On March 9, 2020, head coach Dave Pilipovich was fired. He finished at Air Force with an eight-year record of 110–151.

== Schedule and results ==
Source

| Regular season |

| Date time, TV | Rank^{#} | Opponent^{#} | Result | Record | Site (attendance) city, state |
Regular season
| Nov 28, 2020* 2:00 pm, FloSports |  | vs. Cal State Northridge Vegas Bubble | W 66–61 | 1–0 | T-Mobile Arena Paradise, NV |
| Nov 29, 2020* 1:00 pm, FloSports |  | vs. Seattle Vegas Bubble | L 45–63 | 1–1 | T-Mobile Arena Paradise, NV |
| Dec 5, 2020* 1:00 pm |  | Lamar | W 59–43 | 2–1 | Clune Arena Colorado Springs, CO |
| Dec 13, 2020* 12:00 pm, ESPN+ |  | at Drake | L 53–81 | 2–2 | Knapp Center (141) Des Moines, IA |
| Dec 18, 2020 8:00 pm |  | at Nevada | L 57–74 | 2–3 (0–1) | Lawlor Events Center Reno, NV |
| Dec 20, 2020 4:00 pm |  | at Nevada | W 68–66 | 3–3 (1–1) | Lawlor Events Center Reno, NV |
| Dec 31, 2020 2:00 pm, CBSSN |  | Utah State | L 48–83 | 3–4 (1–2) | Clune Arena Colorado Springs, CO |
| Jan 2, 2021 4:00 pm, Stadium |  | Utah State | L 53–72 | 3–5 (1–3) | Clune Arena Colorado Springs, CO |
| Jan 6, 2021 9:00 pm, FS1 |  | at Boise State | L 59–78 | 3–6 (1–4) | ExtraMile Arena Boise, ID |
| Jan 8, 2021 6:00 pm, Stadium |  | at Boise State | L 69–80 | 3–7 (1–5) | Clune Arena Colorado Springs, CO |
| Jan 16, 2021 2:00 pm |  | Wyoming | W 72–69 | 4–7 (2–5) | Clune Arena Colorado Springs, CO |
| Jan 18, 2021 7:00 pm |  | Wyoming | L 58–77 | 4–8 (2–6) | Clune Arena Colorado Springs, CO |
| Jan 22, 2021 7:00 pm, FS1 |  | San Diego State | L 61–98 | 4–9 (2–7) | Clune Arena Colorado Springs, CO |
| Jan 24, 2021 8:00 pm, FS1 |  | San Diego State | L 59–91 | 4–10 (2–8) | Clune Arena Colorado Springs, CO |
| Jan 28, 2021 7:30 pm |  | vs.
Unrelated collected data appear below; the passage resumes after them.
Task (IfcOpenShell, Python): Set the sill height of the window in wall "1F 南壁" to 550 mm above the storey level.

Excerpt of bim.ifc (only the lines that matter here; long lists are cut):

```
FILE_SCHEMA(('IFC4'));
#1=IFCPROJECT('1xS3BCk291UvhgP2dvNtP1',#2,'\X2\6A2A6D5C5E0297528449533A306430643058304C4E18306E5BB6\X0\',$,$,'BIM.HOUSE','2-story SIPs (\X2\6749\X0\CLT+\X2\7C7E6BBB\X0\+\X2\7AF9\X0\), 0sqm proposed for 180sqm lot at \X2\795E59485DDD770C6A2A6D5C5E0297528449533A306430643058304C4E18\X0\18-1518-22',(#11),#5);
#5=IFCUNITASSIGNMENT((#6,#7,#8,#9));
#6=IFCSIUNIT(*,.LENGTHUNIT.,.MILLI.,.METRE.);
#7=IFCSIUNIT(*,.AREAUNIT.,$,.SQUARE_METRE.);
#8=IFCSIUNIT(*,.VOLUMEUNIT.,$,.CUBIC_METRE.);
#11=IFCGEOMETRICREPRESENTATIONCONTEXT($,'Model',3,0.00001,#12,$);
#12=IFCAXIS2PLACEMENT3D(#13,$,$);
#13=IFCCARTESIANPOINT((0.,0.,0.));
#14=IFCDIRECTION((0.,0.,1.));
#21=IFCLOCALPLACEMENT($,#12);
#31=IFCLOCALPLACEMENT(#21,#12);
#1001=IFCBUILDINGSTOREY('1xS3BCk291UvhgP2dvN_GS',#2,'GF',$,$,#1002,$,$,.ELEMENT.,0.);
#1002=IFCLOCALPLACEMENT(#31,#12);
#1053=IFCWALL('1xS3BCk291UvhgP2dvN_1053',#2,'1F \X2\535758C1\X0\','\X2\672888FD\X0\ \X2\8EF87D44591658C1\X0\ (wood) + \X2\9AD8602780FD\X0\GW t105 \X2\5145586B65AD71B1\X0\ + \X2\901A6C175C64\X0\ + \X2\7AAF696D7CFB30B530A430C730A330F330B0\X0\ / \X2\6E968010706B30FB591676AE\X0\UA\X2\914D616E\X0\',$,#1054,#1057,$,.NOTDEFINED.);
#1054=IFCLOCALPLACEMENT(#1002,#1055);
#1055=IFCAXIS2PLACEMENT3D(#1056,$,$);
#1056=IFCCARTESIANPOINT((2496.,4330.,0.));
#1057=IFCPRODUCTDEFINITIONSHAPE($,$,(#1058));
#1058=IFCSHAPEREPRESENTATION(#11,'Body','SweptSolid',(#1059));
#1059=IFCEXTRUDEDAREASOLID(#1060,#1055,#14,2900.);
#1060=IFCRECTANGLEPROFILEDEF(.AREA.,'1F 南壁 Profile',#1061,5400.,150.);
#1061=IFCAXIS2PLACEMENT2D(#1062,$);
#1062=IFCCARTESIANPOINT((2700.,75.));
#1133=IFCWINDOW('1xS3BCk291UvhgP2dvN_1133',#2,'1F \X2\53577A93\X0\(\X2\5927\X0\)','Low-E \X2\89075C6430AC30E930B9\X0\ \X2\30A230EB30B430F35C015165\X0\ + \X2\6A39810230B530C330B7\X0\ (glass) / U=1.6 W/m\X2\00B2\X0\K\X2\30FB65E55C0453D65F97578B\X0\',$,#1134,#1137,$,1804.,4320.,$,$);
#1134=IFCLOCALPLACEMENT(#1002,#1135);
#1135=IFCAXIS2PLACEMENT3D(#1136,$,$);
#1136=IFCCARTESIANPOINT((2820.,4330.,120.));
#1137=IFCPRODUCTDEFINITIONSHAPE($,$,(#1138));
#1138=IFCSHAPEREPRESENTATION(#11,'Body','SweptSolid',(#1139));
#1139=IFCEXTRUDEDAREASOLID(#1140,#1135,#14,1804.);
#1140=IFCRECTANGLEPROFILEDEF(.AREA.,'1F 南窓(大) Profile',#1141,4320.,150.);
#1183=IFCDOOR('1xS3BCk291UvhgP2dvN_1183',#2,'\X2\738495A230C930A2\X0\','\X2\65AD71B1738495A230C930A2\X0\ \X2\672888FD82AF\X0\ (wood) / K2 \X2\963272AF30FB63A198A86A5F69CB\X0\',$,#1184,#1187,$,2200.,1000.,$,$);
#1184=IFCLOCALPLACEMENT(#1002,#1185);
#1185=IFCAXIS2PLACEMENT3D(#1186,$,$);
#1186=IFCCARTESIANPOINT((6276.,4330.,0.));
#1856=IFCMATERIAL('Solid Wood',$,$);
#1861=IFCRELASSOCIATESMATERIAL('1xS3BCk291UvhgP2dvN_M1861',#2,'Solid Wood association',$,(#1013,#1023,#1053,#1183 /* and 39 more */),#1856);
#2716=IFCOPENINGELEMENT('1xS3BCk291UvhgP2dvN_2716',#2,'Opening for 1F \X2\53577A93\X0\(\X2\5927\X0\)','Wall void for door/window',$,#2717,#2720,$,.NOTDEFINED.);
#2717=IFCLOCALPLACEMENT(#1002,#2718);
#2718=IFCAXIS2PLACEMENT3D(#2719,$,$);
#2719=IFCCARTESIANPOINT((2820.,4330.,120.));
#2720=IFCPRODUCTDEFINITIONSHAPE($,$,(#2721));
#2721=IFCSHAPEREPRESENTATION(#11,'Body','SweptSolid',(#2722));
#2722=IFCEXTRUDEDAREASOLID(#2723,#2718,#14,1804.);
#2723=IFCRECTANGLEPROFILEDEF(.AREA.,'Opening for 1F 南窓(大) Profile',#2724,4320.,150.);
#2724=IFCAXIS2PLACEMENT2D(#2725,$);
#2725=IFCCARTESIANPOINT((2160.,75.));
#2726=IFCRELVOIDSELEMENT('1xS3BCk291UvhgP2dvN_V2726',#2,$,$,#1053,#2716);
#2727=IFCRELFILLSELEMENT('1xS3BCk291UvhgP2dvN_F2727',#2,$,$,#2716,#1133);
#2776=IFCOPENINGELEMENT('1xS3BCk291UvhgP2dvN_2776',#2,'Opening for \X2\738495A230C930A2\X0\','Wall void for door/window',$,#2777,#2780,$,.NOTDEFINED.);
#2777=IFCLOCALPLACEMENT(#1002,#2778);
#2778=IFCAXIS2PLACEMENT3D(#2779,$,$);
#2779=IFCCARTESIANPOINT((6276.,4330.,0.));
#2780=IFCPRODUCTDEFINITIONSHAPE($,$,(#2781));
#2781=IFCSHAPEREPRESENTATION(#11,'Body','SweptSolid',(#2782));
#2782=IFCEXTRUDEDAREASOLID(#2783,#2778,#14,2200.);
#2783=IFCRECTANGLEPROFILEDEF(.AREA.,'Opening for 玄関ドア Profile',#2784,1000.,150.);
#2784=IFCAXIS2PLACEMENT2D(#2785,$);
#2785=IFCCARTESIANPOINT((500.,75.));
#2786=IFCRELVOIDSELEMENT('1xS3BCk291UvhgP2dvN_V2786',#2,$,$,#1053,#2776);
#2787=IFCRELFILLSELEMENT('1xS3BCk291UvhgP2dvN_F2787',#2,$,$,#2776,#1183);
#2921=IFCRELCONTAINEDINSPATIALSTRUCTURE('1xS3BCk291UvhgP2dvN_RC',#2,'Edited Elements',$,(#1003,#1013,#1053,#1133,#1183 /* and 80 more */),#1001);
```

```python
import numpy as np
import ifcopenshell
import ifcopenshell.api.geometry
import ifcopenshell.geom
import ifcopenshell.util.element
import ifcopenshell.util.placement
import ifcopenshell.util.shape
import ifcopenshell.util.unit

model = ifcopenshell.open("bim.ifc")
unit_scale = ifcopenshell.util.unit.calculate_unit_scale(model)

window = model.by_guid("1xS3BCk291UvhgP2dvN_1133")
opening = window.FillsVoids[0].RelatingOpeningElement
storey = ifcopenshell.util.element.get_container(window, ifc_class="IfcBuildingStorey")
level = ifcopenshell.util.placement.get_local_placement(storey.ObjectPlacement)[2, 3]

# The opening's origin need not be at the sill, so measure its lowest point.
shape = ifcopenshell.geom.create_shape(ifcopenshell.geom.settings(), opening)
bottom = ifcopenshell.util.shape.get_shape_bottom_elevation(shape, shape.geometry) / unit_scale
dz = level + 550.0 - bottom

shift = np.array([0.0, 0.0, dz])
# The window is not placed relative to its opening, so move both.
for product in (opening, window):
    matrix = ifcopenshell.util.placement.get_local_placement(product.ObjectPlacement)
    matrix[:3, 3] += shift
    ifcopenshell.api.geometry.edit_object_placement(model, product=product, matrix=matrix, is_si=False)

print(f"moved by {dz * unit_scale:+.3f} m")

model.write("bim_edited.ifc")
```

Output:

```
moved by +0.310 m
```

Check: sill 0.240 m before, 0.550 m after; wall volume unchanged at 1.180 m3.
San Jose State | L 58–59 | 4–11 (2–9) | Ability360 Phoenix, AZ |
| Jan 30, 2021 4:00 pm |  | vs. San Jose State | L 62–75 | 4–12 (2–10) | Ability360 Phoenix, AZ |
| Feb 6, 2021 2:00 pm, CBSSN |  | at UNLV | L 58–68 | 4–13 (2–11) | Thomas & Mack Center (50) Paradise, NV |
| Feb 8, 2021 7:00 pm, CBSSN |  | at UNLV | L 64–69 | 4–14 (2–12) | Thomas & Mack Center Paradise, NV |
| Feb 11, 2021 7:00 pm |  | Fresno State | L 63–69 | 4–15 (2–13) | Clune Arena Colorado Springs, CO |
| Feb 13, 2021 1:00 pm |  | Fresno State | L 64–67 | 4–16 (2–14) | Clune Arena Colorado Springs, CO |
| Feb 22, 2021 |  | New Mexico | L 65–73 | 4–17 (2–15) | Clune Arena Colorado Springs, CO |
| Feb 24, 2021 |  | New Mexico | W 62–55 | 5–17 (3–15) | Clune Arena Colorado Springs, CO |
| Feb 27, 2021 |  | at Colorado State | L 49–72 | 5–18 (3–16) | Moby Arena Fort Collins, CO |
| Mar 1, 2021 CBSSN |  | at Colorado State | L 44–74 | 5–19 (3–17) | Moby Arena Fort Collins, CO |
Mountain West tournament
| Mar 10, 2021 1:30 pm, Stadium | (10) | at (7) UNLV First round | L 52–80 | 5–20 | Thomas & Mack Center Paradise, NV |
*Non-conference game. ^{#}Rankings from AP Poll. (#) Tournament seedings in parentheses. All times are in Pacific Time.